Oh and if you could suggest some nice reads I'd be interested! I'm starting to get real hooked into this! I can't imagine how it's going to be when I start running with him! Just about the only thing he won't do with me is caddy at golf!!


----------



## WillowyndRanch (Apr 3, 2012)

I don't know if you're religious, but I'll get on my knees tonight and thank God for watching over your dog and keeping him from being made gunshy today. I can't believe people still do this...

Ken

http://willowyndranch.blogspot.com/2012/05/intro-to-gunfire-will-this-myth-never.html


----------



## AcadianTornado (Jul 30, 2012)

...three guys in the range. One shooting at a time. Very small place and controlled atmosphere. One 410 gauge and one 12 gauge gun.
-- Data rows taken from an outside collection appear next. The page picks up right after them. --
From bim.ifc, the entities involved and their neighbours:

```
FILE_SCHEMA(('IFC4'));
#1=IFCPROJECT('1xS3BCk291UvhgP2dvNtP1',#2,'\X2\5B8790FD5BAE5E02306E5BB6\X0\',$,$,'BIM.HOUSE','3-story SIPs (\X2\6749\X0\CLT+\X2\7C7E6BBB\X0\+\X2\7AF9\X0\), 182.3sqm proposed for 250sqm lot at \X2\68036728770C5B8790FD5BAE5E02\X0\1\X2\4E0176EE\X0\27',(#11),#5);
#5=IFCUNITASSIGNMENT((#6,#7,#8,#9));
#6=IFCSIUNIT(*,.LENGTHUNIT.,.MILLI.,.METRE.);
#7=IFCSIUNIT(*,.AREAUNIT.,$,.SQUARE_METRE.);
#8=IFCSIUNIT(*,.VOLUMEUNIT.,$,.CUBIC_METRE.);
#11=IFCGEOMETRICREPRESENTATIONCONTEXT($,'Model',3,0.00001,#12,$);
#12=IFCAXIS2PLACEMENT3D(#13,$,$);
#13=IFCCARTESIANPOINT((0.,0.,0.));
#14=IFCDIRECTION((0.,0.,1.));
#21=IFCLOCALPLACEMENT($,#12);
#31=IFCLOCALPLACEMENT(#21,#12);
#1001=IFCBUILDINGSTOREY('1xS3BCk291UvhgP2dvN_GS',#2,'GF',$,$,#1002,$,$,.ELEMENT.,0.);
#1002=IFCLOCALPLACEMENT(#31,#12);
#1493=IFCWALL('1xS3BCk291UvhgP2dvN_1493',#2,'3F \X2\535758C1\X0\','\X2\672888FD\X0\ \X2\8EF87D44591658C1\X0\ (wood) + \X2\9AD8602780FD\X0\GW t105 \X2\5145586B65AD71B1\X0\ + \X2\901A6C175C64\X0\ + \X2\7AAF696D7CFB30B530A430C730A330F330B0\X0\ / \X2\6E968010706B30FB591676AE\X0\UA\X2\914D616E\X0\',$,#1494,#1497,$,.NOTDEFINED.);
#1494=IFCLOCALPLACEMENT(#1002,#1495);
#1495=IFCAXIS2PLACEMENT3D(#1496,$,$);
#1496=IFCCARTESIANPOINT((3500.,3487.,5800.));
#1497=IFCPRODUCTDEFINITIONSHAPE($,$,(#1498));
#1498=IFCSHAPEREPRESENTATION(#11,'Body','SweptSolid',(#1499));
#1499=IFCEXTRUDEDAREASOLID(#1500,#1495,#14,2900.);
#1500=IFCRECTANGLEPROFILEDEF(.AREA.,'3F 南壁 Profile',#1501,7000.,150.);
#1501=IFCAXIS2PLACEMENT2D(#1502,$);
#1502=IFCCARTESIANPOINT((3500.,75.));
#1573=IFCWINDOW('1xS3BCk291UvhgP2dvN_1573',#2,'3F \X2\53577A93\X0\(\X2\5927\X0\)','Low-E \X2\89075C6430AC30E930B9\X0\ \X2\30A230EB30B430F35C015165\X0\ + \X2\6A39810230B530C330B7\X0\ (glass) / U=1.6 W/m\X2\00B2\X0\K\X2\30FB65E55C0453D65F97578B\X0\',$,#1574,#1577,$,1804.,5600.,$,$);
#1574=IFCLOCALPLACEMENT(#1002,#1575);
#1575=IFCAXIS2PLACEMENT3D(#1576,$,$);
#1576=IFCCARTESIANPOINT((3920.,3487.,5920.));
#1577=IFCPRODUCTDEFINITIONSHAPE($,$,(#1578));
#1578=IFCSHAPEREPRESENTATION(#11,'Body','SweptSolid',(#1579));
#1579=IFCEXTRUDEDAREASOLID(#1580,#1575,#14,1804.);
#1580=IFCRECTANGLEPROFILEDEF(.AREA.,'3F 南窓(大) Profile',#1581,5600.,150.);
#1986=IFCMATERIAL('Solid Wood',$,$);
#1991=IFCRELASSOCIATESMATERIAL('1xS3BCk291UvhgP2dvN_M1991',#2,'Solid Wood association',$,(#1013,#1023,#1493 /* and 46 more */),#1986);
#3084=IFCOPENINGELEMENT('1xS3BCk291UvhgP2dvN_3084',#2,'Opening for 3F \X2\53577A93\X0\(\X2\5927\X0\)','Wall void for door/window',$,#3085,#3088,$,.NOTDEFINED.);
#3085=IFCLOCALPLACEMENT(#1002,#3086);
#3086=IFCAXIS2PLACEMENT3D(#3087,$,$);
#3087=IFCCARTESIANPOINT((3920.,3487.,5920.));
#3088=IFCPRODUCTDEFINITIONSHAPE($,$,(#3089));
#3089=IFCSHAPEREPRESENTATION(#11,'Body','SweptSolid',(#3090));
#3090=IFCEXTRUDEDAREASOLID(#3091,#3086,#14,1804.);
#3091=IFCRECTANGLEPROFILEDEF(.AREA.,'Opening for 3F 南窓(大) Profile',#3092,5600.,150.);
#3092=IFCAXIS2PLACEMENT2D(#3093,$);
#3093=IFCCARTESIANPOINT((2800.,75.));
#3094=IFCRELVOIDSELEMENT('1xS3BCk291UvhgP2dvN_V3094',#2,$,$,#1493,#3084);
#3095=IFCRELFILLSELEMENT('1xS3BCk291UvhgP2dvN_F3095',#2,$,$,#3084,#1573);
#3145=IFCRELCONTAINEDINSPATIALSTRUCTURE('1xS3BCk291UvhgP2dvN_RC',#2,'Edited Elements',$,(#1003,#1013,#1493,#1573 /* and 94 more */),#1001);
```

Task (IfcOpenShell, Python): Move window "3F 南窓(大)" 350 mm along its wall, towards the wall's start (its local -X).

```python
import ifcopenshell
import ifcopenshell.api.geometry
import ifcopenshell.util.placement

model = ifcopenshell.open("bim.ifc")

window = model.by_guid("1xS3BCk291UvhgP2dvN_1573")
opening = window.FillsVoids[0].RelatingOpeningElement
wall = opening.VoidsElements[0].RelatingBuildingElement

wall_matrix = ifcopenshell.util.placement.get_local_placement(wall.ObjectPlacement)
shift = wall_matrix[:3, 0] * -350.0
before = ifcopenshell.util.placement.get_local_placement(window.ObjectPlacement)[:3, 3].copy()

# The window is not placed relative to its opening, so move both.
for product in (opening, window):
    matrix = ifcopenshell.util.placement.get_local_placement(product.ObjectPlacement)
    matrix[:3, 3] += shift
    ifcopenshell.api.geometry.edit_object_placement(model, product=product, matrix=matrix, is_si=False)

after = ifcopenshell.util.placement.get_local_placement(window.ObjectPlacement)[:3, 3]
print("window moved by", (after - before).round(3) + 0.0)

model.write("bim_updated.ifc")
```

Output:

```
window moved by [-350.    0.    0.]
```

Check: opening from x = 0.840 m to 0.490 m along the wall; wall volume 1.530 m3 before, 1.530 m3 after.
The guys at the range took us in there hand and told us exactly what to do for the pup. I seem to have thought it went great and was really thankful to them for guiding me through it.


----------



## AcadianTornado (Jul 30, 2012)

.....after incrementally moving forward towards the shooters, ie: moving in a few meters every couple of rounds, we went to a position about 20 yards from them and watched them go through for about 10 minutes. He was never by the gun at full blast.


----------



## texasred (Jan 29, 2012)

Please heed Kens advice.
It doesn't take but one time to make a pup gunshy, and by then its to late. Not all gunshy dogs are fixable.
If your pup is okay, you are a very lucky person.


----------



## AcadianTornado (Jul 30, 2012)

Well, one of the experienced members from the gun range offered to expose Whistler and the three shooters all met the pup and they told us exactly what to do. They guided us through it! Perhaps I was too vivid in my earlier description about ''the howling guns'' as there was only one gun shooting at the clay pigeons at a time in the whole range and the two other experienced members looking on and guiding us. Whistler reacted as a normal pup who was in an normal place looking on... as I am a the juniorest of juniors here I will definitely listen to what you can offer me as corrections or input on this as I only want to do the best for him short and long term. I apologize if I did something wrong (as I know how we are all religious about our pups and their well-being and gun training) but I thought I was doing the right thing by following the experienced range members' advice who had exposed dogs to guns previously...


----------



## Rudy (Oct 12, 2012)

Ken and Tex are very correct 

there are 20 things that have could of gone very wrong.

Few that would go great 

Your Irish? ;D


----------



## AcadianTornado (Jul 30, 2012)

Rudy, hahah, not Irish .... But I have a bit of red in my beard, still trying to figure out where it came from! The air might be thinner at 6'4'' inches, that might be it! Bunch of greys in the hair, but that I can't do much for it..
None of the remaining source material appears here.